Beth Deitchman (standard American accent): I think, to a large degree, people are
influenced by what they see in the media and, because Hollywood is based here, that
tends to be the main image that people have. I mean, I think that a lot of people back
east think that people who live in LA are vegetarian, yoga fanatics, who are
complete space cadets and the more you live here, the more you realize that no,
that’s a very small segment of LA. Definitely there are those people who exist, but
it’s just an eclectic melting pot, at this point and what you really see when you first
get to LA is how many people are from other places. I think I’d lived here for four
or five years before I realized that I had a lot of friends who were actually native
Angelinos, which… when you first move here, you tend to gravitate toward other
people who are new to the city and LA is one of those places that draws people from
elsewhere.
But does Los Angeles continue to set trends?

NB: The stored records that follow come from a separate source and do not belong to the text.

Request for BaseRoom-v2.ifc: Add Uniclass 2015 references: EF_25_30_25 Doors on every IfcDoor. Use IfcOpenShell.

First a look at what the model holds.

```python
import ifcopenshell

model = ifcopenshell.open("BaseRoom-v2.ifc")
print(model.schema)
print("classifications:", [c.Name for c in model.by_type("IfcClassification")])
for ifc_class in ("IfcDoor", "IfcRoof", "IfcStair", "IfcWall", "IfcWindow"):
    print(ifc_class, len(model.by_type(ifc_class)))
```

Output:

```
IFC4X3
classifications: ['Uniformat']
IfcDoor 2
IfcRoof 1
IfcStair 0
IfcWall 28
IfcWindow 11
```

```python
import ifcopenshell
import ifcopenshell.api.classification

model = ifcopenshell.open("BaseRoom-v2.ifc")

system = ifcopenshell.api.classification.add_classification(model, classification="Uniclass 2015")

codes = {
    "IfcDoor": ("EF_25_30_25", "Doors"),
}
for ifc_class, (code, name) in codes.items():
    products = model.by_type(ifc_class)
    ifcopenshell.api.classification.add_reference(
        model, products=products, classification=system, identification=code, name=name
    )
    print(code, len(products))

model.write("BaseRoom-v2-out.ifc")
```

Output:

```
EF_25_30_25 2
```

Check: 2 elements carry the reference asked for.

Beth Deitchman: I think that it does continue to set trends with respect to things
like fashion or pop culture references. I mean, a sitcom will have a line that suddenly
becomes a catch phrase that`s part of the American vernacular. Or Paris Hilton will
be photographed wearing certain kind of dress and it turns Up in InStyle magazine
and suddenly people all over the country are dressing like that. So it definitely
continues to set trends on that level. I don’t know that we’ve had a sweeping
seminal change lately in how the rest of the world lives, LA was the home of the
skateboard culture and surfing and we haven’t really created a new sport any time in
the last couple of decades, but definitely it still continues to have a huge influence
in the rest of the nation.
CAR CULTURE

In conclusion we asked Beth Deitchman what she personally liked about LA:
Beth Deitchman: I love like big ideas about the city. I love that it’s a car culture. I
like the fact that I can have almost the entire contents of my house in my car and
they’re there wherever I go. I love the weather. LA gets slammed for the perfect
sunny weather, 72 degrees, year round, but I actually like that. And there is a change
of seasons, it’s just really subtle you don’t get the changing of the leaves. You don’t
get a real Christmas of the air, but you can’t beat the weather I got married in
November and I was able to plan an outdoor wedding because I knew it wasn’t
going to rain! And you don’t have that luxury elsewhere.
And people just seem more relaxed out here. It’s probably the fact that the weather
is nice and it is a pleasant place to live and we don’t have to climb up and down
subway steps and stand elbow to elbow with people on our way to and from work
and it just makes people a little bit more relaxed.